The BC Cement Company’s plant at Tod Inlet, including office buildings, bunkhouses, and company housing, 1930. National Air Photo Library

While relating the destitute aspects of the Asian labourers’ lives, Gray also acknowledges their agency in improving their lots. Particularly, he shows how Sikh workers — fed up with the work conditions at the cement plant, particularly the pervasive and toxic cement dust – mobilised their community and collectively sought work elsewhere. Chinese workers did not abandon the cement plant, and Gray notes their relatively neutral response during the virulent anti-Asian sympathies exhibited elsewhere in BC, for example the infamous Vancouver anti-Asian riots of September, 1907.

In short, Gray’s depiction of the Tod Inlet community provides a balanced portrayal of both the charm and danger associated with life there.

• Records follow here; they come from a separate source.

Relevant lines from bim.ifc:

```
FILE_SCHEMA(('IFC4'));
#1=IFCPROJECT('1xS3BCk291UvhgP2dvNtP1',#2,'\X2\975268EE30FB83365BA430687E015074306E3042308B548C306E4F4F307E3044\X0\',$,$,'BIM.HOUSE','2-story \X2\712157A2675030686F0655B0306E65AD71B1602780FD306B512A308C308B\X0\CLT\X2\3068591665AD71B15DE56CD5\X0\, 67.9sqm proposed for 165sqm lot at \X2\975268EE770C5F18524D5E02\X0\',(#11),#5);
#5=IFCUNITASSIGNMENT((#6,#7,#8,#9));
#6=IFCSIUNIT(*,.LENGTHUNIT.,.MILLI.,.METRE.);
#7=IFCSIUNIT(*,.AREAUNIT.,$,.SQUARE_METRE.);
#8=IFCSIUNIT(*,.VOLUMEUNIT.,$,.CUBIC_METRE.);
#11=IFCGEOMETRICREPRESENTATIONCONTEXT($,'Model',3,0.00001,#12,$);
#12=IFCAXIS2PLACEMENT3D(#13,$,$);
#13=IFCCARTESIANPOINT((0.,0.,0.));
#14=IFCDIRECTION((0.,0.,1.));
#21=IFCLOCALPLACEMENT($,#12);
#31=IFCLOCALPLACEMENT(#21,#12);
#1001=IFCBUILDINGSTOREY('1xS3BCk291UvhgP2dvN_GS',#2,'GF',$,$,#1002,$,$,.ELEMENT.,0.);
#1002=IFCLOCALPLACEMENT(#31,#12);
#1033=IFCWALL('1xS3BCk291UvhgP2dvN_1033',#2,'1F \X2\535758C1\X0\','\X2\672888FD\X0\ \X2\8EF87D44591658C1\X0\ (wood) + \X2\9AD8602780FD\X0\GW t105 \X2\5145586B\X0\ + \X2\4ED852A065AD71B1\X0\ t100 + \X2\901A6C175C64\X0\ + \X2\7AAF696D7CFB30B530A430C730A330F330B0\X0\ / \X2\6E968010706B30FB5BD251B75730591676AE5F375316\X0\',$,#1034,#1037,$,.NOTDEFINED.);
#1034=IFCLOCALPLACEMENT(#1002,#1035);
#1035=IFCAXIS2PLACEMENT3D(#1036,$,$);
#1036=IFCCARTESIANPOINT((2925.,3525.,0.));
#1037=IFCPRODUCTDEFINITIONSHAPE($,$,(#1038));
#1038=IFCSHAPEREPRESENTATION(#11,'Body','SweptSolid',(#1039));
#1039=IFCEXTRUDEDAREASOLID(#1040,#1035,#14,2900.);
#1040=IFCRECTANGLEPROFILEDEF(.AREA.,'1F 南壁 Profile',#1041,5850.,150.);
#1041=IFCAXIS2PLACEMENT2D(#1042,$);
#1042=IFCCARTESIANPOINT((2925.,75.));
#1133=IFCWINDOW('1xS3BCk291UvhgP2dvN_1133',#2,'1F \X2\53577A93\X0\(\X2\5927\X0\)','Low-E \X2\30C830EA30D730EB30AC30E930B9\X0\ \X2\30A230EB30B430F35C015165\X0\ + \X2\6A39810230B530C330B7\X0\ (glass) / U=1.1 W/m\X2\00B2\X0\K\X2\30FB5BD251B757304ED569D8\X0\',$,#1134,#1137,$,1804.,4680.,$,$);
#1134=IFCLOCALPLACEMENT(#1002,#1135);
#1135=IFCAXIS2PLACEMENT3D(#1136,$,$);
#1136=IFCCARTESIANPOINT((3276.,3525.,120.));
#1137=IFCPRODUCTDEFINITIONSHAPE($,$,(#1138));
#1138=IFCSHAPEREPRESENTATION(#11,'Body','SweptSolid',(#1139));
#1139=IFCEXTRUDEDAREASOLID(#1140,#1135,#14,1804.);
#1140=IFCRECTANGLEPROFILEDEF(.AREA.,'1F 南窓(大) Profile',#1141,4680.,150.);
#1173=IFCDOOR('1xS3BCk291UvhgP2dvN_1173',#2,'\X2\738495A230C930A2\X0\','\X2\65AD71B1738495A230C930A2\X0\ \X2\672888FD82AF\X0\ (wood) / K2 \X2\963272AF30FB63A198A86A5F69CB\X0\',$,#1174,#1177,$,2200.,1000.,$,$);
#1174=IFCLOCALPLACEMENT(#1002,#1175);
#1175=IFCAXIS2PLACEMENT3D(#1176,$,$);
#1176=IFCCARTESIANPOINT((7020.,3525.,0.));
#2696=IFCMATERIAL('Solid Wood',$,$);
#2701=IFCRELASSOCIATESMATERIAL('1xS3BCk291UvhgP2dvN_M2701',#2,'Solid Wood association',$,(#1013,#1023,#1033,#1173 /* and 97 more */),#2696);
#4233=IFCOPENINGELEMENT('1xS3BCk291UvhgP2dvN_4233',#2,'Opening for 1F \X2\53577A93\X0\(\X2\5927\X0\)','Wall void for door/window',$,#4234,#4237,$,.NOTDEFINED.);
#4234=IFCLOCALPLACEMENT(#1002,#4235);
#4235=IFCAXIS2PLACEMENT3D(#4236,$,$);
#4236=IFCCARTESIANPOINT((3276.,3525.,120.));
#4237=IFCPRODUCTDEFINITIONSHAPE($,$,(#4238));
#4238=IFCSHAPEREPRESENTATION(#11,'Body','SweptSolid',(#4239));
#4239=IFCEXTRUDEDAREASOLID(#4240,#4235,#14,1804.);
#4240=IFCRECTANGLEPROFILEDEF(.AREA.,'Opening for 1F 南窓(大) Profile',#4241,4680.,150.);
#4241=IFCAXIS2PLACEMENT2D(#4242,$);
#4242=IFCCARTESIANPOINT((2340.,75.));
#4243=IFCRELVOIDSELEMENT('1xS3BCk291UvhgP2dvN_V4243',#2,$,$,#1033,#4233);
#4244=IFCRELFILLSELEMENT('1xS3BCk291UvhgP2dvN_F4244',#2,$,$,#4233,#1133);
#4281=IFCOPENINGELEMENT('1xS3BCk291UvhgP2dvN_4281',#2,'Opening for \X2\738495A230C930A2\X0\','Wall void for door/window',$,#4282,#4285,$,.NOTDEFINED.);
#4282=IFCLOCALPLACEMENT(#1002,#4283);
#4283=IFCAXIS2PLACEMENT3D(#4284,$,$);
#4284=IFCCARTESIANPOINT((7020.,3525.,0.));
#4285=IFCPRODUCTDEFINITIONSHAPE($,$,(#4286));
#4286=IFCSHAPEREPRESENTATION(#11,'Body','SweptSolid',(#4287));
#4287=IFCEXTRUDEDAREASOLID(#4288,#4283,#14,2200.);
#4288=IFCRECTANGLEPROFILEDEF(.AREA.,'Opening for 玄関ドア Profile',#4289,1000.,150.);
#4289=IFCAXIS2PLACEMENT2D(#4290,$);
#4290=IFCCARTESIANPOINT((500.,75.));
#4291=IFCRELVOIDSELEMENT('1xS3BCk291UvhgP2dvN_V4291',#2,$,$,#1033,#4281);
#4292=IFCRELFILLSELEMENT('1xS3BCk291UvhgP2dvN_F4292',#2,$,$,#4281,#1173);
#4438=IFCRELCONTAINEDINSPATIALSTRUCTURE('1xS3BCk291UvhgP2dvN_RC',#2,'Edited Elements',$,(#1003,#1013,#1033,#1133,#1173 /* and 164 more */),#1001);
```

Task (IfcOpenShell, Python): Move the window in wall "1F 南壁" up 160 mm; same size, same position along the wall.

```python
import numpy as np
import ifcopenshell
import ifcopenshell.api.geometry
import ifcopenshell.util.placement
import ifcopenshell.util.unit

model = ifcopenshell.open("bim.ifc")
unit_scale = ifcopenshell.util.unit.calculate_unit_scale(model)

window = model.by_guid("1xS3BCk291UvhgP2dvN_1133")
opening = window.FillsVoids[0].RelatingOpeningElement
dz = 0.16 / unit_scale

shift = np.array([0.0, 0.0, dz])
# The window is not placed relative to its opening, so move both.
for product in (opening, window):
    matrix = ifcopenshell.util.placement.get_local_placement(product.ObjectPlacement)
    matrix[:3, 3] += shift
    ifcopenshell.api.geometry.edit_object_placement(model, product=product, matrix=matrix, is_si=False)

print(f"moved by {dz * unit_scale:+.3f} m")

model.write("bim-out.ifc")
```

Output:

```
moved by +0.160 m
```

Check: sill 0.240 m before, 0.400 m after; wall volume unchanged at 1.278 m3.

To me, this balance of tragedy and community results at times in an awkwardness of tone, but nonetheless it is in line with Gray’s objective of revealing the community history truthfully and honestly.

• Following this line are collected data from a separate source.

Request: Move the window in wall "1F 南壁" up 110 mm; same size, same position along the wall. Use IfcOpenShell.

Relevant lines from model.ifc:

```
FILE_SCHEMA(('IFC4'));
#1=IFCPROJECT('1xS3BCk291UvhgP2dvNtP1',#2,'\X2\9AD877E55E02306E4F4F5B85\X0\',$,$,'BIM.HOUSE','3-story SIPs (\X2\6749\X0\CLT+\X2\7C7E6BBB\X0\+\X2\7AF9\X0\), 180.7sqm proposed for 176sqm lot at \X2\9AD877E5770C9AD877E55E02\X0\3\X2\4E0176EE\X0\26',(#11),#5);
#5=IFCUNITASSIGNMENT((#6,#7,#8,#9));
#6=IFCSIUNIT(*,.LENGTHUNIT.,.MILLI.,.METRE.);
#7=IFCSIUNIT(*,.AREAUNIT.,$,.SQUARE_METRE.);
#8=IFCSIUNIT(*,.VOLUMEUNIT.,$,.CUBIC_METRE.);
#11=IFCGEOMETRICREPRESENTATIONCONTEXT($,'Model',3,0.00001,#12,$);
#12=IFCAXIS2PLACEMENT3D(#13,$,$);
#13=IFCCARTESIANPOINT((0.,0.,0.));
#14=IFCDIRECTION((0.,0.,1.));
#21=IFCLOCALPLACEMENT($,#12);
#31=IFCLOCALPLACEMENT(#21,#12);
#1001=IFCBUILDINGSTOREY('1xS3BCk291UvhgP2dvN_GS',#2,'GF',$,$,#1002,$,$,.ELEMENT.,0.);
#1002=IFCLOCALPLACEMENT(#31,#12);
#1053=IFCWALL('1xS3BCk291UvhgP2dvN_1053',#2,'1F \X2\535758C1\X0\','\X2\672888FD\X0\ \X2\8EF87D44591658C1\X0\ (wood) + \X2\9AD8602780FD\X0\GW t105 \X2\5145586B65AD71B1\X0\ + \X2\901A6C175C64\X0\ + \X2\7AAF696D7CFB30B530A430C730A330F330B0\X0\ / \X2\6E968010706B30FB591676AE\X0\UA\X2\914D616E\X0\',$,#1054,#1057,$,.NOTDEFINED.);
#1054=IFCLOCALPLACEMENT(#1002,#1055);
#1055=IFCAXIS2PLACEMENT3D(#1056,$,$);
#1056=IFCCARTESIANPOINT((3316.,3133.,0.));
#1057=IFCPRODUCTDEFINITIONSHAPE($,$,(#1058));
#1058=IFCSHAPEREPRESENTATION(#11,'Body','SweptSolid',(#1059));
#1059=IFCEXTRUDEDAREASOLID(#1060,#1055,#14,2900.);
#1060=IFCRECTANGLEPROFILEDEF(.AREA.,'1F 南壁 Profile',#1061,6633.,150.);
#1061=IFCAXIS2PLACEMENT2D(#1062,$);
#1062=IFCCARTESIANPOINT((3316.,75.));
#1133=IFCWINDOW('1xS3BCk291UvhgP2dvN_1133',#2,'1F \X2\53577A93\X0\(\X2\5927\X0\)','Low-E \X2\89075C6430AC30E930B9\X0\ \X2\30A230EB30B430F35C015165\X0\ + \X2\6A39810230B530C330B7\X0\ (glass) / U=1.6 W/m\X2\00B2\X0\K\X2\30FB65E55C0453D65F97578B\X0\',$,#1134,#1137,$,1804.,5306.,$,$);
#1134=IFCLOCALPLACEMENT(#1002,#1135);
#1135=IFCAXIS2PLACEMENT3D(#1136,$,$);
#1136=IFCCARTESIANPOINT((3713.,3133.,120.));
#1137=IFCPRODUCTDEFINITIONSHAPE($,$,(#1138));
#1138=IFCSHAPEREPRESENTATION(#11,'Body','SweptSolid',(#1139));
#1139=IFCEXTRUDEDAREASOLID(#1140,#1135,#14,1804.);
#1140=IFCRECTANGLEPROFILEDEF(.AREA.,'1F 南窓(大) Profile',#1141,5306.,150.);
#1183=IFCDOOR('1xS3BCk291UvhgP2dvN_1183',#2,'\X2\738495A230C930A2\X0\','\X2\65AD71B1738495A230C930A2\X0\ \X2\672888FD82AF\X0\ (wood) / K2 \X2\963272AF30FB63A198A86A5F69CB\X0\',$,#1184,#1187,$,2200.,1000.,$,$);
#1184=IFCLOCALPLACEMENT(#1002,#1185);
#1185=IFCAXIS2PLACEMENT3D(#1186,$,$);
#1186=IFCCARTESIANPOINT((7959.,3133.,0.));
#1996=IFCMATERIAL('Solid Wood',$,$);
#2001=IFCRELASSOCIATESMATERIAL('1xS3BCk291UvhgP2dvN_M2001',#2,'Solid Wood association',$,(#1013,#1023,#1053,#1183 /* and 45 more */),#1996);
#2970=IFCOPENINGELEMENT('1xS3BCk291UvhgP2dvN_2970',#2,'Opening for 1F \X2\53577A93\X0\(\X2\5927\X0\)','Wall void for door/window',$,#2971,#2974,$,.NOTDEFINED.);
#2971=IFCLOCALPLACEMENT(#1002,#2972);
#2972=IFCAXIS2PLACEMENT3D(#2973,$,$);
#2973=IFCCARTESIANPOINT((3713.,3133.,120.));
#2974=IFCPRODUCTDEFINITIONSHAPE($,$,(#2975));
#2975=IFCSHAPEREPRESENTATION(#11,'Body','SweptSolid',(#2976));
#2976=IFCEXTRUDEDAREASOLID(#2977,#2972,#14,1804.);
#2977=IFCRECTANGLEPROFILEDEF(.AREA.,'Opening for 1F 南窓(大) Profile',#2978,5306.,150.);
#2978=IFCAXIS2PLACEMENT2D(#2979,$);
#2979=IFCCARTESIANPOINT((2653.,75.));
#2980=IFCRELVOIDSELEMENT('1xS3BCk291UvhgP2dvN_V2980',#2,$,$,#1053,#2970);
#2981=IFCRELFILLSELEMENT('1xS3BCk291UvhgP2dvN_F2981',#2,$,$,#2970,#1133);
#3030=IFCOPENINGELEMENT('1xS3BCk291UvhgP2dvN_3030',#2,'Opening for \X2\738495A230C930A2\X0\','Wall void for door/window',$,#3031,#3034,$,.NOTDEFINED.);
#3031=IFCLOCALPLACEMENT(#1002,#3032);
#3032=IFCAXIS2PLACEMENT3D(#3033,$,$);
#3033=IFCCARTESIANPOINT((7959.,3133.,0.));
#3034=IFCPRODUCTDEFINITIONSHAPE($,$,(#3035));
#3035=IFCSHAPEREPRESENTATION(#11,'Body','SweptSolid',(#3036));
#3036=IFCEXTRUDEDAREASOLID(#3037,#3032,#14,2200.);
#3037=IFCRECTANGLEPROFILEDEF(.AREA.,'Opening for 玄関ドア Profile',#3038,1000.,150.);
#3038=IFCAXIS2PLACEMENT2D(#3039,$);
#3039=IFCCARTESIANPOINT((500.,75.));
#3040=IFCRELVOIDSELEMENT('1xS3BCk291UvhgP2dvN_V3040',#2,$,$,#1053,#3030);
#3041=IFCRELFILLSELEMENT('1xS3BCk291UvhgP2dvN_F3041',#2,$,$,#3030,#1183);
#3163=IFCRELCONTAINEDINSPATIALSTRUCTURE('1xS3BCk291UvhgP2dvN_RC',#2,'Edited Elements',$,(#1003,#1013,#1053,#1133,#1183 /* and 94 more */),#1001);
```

```python
import numpy as np
import ifcopenshell
import ifcopenshell.api.geometry
import ifcopenshell.util.placement
import ifcopenshell.util.unit

model = ifcopenshell.open("model.ifc")
unit_scale = ifcopenshell.util.unit.calculate_unit_scale(model)

window = model.by_guid("1xS3BCk291UvhgP2dvN_1133")
opening = window.FillsVoids[0].RelatingOpeningElement
dz = 0.11 / unit_scale

shift = np.array([0.0, 0.0, dz])
# The window is not placed relative to its opening, so move both.
for product in (opening, window):
    matrix = ifcopenshell.util.placement.get_local_placement(product.ObjectPlacement)
    matrix[:3, 3] += shift
    ifcopenshell.api.geometry.edit_object_placement(model, product=product, matrix=matrix, is_si=False)

print(f"moved by {dz * unit_scale:+.3f} m")

model.write("model-out.ifc")
```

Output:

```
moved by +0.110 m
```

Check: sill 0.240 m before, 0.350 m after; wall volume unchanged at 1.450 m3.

Chinese and other workers pulling a loaded freight car from a barge up the wharf at Tod Inlet, 1906–07. Collection of David R. Gray, from a photo album of the BC Cement Company

Throughout Deep and Sheltered Waters, Gray’s personal attachment to Tod Inlet is apparent. Indeed, he displays a powerful admiration and fascination for Tod Inlet without being proprietorial. He argues that the modern inlet has more value than being simply the origin of, and then home to, Butchart Gardens. While the famous gardens and the Butchart family figure prominently, they do not dominate Gray’s focus.

David Gray

Deep and Sheltered Waters is also an intellectual memoir. In the latter half of the book, Gray includes himself in his story, first as a boy on his family’s boat in the inlet, then as a young man exploring the stories behind the abandoned remains of the factory, and later as a mature adult spearheading conservation efforts. Gray is always meticulous in reporting his research, revelling in details extending from changes in cement-making technology to changes over time in the commute from Victoria to Tod Inlet by foot, buggy, and rail. He records a range of details about Tod Inlet history is his homage to a place so important in his own life and in that of the south coast of British Columbia.

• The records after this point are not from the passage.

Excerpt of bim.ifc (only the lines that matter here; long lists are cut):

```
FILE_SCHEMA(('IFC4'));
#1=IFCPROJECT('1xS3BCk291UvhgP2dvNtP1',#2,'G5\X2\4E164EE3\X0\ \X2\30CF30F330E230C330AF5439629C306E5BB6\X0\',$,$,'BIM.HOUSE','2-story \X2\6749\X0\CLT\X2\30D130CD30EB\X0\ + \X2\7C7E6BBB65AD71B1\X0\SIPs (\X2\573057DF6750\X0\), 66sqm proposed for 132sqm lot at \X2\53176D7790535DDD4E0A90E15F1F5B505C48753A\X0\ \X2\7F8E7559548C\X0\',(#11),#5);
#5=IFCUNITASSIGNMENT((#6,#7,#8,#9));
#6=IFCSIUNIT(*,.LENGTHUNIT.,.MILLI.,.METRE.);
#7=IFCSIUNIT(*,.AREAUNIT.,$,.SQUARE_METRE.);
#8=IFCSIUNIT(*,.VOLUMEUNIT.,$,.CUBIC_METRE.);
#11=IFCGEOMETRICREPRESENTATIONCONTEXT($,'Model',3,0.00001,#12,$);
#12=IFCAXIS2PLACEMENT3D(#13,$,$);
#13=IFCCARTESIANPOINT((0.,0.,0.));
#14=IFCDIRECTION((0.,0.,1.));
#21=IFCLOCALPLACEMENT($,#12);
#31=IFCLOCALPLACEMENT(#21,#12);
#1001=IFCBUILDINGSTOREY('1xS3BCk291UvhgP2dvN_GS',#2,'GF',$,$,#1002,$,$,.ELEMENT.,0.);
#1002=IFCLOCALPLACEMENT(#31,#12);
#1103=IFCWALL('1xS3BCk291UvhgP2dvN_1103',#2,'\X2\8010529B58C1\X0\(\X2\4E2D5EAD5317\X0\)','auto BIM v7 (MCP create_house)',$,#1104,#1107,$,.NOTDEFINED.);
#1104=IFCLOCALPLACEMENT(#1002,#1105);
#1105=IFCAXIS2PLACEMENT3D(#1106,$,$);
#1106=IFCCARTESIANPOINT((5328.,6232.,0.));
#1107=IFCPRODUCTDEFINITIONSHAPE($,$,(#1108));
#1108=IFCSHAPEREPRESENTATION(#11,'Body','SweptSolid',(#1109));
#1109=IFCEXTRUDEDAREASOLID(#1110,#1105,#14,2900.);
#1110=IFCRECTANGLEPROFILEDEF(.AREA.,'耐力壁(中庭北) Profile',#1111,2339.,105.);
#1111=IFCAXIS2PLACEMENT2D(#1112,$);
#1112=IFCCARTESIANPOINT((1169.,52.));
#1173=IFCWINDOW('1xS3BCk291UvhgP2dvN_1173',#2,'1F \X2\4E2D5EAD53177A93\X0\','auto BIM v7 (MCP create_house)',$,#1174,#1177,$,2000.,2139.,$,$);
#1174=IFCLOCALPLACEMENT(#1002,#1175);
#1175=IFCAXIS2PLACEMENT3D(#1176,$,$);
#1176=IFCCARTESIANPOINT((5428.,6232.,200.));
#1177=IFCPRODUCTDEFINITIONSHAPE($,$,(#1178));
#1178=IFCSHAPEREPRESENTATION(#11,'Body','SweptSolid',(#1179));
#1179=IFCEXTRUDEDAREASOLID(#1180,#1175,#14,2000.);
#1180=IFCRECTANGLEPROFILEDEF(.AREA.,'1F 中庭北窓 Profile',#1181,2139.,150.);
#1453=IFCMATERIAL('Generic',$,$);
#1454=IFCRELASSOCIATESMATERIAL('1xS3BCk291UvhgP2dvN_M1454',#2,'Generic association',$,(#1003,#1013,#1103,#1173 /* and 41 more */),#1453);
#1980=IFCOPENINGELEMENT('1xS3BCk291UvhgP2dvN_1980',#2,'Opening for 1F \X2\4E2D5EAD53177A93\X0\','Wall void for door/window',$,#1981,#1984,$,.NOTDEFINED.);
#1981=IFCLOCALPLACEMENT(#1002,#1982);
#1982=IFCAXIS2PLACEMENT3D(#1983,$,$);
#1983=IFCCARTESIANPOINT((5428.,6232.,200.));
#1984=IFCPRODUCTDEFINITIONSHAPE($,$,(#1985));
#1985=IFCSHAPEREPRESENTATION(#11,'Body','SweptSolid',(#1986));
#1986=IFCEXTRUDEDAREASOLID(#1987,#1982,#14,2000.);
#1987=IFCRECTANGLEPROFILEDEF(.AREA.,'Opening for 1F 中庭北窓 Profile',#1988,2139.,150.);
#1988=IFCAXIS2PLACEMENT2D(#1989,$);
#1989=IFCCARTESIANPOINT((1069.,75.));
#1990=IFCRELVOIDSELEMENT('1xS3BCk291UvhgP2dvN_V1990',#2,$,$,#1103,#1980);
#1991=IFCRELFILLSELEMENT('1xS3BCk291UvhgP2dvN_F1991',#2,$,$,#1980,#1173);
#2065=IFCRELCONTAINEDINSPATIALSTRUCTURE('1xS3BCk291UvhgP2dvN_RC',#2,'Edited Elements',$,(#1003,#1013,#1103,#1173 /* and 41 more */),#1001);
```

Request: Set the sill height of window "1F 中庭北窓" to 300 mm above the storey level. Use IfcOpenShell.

```python
import numpy as np
import ifcopenshell
import ifcopenshell.api.geometry
import ifcopenshell.geom
import ifcopenshell.util.element
import ifcopenshell.util.placement
import ifcopenshell.util.shape
import ifcopenshell.util.unit

model = ifcopenshell.open("bim.ifc")
unit_scale = ifcopenshell.util.unit.calculate_unit_scale(model)

window = model.by_id(1173)
opening = window.FillsVoids[0].RelatingOpeningElement
storey = ifcopenshell.util.element.get_container(window, ifc_class="IfcBuildingStorey")
level = ifcopenshell.util.placement.get_local_placement(storey.ObjectPlacement)[2, 3]

# The opening's origin need not be at the sill, so measure its lowest point.
shape = ifcopenshell.geom.create_shape(ifcopenshell.geom.settings(), opening)
bottom = ifcopenshell.util.shape.get_shape_bottom_elevation(shape, shape.geometry) / unit_scale
dz = level + 0.3 / unit_scale - bottom

shift = np.array([0.0, 0.0, dz])
# The window is not placed relative to its opening, so move both.
for product in (opening, window):
    matrix = ifcopenshell.util.placement.get_local_placement(product.ObjectPlacement)
    matrix[:3, 3] += shift
    ifcopenshell.api.geometry.edit_object_placement(model, product=product, matrix=matrix, is_si=False)

print(f"moved by {dz * unit_scale:+.3f} m")

model.write("bim_updated.ifc")
```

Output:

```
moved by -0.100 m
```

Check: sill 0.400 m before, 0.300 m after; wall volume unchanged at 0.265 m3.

As a university student in Victoria, I walked the trails of Tod Inlet and went on the obligatory date night to Butchart Gardens before I read Gray’s book. The mysterious character of the scattered cement foundations, objects, and structures provided some allure to Gowlland Tod Provincial Park, established in 1995, but as a relative outsider the wealth of local history eluded me completely. Deep and Sheltered Waters provides context to the inlet’s industrial remains and it gave me a newfound respect for the area. I now appreciate the inlet not simply as just another park with some nice walking trails, but as a natural museum with multifaceted local and regional significance.

Modern view of Butchart Gardens (centre), Tod Inlet, and Gowlland-Tod Inlet Provincial Park. Photo courtesy Pacific Yachting

As a spiritually significant place, sacred to the Indigenous peoples, the inlet is also inevitably part of continuing settler-Indigenous politics and treaty politics. As the former site of an industrial community where men, many with their families, lived, worked, and died, the inlet provides an important case study of early relationships between settler and Asian populations in BC. Finally, as the site of Jenny Butchart’s successful dream of turning an old quarry into a world-class estate, Tod Inlet witnessed the positive recovery of an area subject to decades’ worth of harmful toxic pollution. Indeed, Deep and Sheltered Waters reveals Tod Inlet as an ecological success story as well as a detailed study of the rise and fall of a working community.


Matthew Downey

Matthew Vernon Downey graduated in 2021 with an honours BA in History and Political Science from the University of Victoria. He will start graduate work at the London School of Economics in the fall of 2021. Editor’s note: Matthew Downey has also reviewed books by Grant Evans, Terry Reksten, and Ken Mather for The Ormsby Review.